Exercise aim>
The word "Profile" may appear in the records below. Report how many lines contain it, and write nothing besides the number.

Task input section start

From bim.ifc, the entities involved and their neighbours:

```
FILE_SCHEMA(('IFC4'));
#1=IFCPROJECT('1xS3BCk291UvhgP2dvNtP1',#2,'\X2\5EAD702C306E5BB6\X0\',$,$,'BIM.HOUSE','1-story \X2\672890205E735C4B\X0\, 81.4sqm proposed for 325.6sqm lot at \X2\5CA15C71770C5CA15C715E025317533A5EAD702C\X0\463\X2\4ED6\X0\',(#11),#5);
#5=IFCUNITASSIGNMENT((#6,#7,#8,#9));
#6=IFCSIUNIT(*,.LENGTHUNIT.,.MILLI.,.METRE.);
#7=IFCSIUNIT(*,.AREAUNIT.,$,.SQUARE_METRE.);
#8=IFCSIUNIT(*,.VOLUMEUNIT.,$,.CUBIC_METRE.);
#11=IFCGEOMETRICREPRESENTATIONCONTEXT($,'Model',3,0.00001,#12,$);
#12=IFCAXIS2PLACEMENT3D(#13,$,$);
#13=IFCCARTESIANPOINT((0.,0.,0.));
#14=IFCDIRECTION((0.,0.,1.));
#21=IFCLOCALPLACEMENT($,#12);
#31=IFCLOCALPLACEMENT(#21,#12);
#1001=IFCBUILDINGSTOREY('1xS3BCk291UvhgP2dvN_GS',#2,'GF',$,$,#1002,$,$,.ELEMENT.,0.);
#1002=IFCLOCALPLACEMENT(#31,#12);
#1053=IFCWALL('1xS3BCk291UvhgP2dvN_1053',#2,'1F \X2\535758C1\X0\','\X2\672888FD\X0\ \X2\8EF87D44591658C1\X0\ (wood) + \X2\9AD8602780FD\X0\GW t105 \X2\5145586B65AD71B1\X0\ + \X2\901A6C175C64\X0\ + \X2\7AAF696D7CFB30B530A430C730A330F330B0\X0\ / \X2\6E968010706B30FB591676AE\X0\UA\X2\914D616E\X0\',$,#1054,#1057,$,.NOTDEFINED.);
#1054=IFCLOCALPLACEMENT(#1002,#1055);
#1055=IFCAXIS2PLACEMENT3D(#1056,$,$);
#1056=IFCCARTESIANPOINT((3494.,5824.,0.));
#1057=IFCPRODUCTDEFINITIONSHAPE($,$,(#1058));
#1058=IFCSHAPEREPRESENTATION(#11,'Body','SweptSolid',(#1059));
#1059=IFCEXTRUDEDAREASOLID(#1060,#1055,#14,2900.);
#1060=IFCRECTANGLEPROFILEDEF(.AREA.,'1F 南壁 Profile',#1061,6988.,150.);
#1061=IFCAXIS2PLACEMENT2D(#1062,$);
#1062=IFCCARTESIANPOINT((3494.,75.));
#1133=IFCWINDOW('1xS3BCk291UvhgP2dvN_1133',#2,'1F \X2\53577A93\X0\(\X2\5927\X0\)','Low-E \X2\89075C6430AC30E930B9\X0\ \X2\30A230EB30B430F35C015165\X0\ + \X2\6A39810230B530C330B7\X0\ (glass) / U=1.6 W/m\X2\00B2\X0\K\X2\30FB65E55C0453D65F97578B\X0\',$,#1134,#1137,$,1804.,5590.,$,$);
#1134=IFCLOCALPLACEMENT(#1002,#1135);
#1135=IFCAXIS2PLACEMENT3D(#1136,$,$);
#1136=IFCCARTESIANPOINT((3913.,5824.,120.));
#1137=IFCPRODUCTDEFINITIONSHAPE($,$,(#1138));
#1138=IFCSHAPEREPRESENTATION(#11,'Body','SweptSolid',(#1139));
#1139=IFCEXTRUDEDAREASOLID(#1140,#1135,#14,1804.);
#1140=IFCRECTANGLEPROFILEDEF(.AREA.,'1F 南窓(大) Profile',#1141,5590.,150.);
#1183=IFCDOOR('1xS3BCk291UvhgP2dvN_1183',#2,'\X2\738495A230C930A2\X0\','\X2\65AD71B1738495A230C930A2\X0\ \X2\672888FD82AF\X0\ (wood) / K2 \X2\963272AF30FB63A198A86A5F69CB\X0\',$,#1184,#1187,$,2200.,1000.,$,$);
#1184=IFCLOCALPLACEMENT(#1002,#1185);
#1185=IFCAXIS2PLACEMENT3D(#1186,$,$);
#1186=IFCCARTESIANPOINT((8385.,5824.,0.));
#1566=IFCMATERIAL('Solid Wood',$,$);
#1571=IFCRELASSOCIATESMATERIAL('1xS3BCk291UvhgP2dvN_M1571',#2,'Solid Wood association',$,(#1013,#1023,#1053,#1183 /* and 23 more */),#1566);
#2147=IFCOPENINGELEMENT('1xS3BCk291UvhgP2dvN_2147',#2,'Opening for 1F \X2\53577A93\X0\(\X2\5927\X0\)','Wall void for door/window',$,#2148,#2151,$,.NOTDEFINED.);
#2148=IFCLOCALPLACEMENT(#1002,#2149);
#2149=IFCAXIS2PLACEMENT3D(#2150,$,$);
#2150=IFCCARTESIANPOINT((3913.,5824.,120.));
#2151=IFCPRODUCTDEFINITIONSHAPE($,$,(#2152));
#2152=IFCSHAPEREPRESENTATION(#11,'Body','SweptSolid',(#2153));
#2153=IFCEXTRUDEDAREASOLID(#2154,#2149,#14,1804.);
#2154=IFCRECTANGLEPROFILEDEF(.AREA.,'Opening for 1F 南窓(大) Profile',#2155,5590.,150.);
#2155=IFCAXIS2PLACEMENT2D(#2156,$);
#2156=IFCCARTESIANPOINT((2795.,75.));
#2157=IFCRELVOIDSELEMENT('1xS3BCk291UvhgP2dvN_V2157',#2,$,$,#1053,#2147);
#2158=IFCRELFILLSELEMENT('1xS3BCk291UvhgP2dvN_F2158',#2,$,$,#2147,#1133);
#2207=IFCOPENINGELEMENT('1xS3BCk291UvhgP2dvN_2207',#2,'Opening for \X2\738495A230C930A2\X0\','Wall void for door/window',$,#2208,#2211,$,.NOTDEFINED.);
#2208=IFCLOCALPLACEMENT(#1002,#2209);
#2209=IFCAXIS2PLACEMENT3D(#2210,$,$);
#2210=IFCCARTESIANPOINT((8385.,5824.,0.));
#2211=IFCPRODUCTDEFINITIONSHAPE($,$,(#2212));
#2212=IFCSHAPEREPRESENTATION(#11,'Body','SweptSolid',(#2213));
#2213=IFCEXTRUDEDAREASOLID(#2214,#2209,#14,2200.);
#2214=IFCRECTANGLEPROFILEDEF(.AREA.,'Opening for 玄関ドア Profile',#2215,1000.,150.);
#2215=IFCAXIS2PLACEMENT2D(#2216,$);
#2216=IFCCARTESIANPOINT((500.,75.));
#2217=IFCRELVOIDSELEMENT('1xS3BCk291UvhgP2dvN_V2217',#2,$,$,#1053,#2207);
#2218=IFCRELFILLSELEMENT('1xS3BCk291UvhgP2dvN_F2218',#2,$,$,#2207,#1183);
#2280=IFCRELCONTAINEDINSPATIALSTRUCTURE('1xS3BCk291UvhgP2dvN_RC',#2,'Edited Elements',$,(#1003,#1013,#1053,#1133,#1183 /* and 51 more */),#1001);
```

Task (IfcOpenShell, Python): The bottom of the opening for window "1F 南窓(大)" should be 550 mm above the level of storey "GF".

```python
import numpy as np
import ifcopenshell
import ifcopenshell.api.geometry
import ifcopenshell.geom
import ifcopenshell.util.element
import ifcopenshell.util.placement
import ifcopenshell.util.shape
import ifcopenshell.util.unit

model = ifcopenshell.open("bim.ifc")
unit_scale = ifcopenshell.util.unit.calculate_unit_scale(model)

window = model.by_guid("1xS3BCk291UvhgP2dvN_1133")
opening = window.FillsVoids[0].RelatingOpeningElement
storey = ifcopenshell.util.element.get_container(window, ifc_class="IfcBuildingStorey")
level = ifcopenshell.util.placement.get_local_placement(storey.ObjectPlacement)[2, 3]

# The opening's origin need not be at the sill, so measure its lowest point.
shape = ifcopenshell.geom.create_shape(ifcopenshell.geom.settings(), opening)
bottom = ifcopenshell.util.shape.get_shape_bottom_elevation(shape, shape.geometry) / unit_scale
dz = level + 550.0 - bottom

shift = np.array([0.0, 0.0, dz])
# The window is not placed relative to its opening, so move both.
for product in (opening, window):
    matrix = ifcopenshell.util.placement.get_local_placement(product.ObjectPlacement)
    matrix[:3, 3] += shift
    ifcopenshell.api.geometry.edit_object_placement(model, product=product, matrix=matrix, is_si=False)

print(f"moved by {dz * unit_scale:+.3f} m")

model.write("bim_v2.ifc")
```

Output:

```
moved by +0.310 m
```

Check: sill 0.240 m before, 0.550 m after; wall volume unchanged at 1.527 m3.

Task input section end

Response to the exercise>
4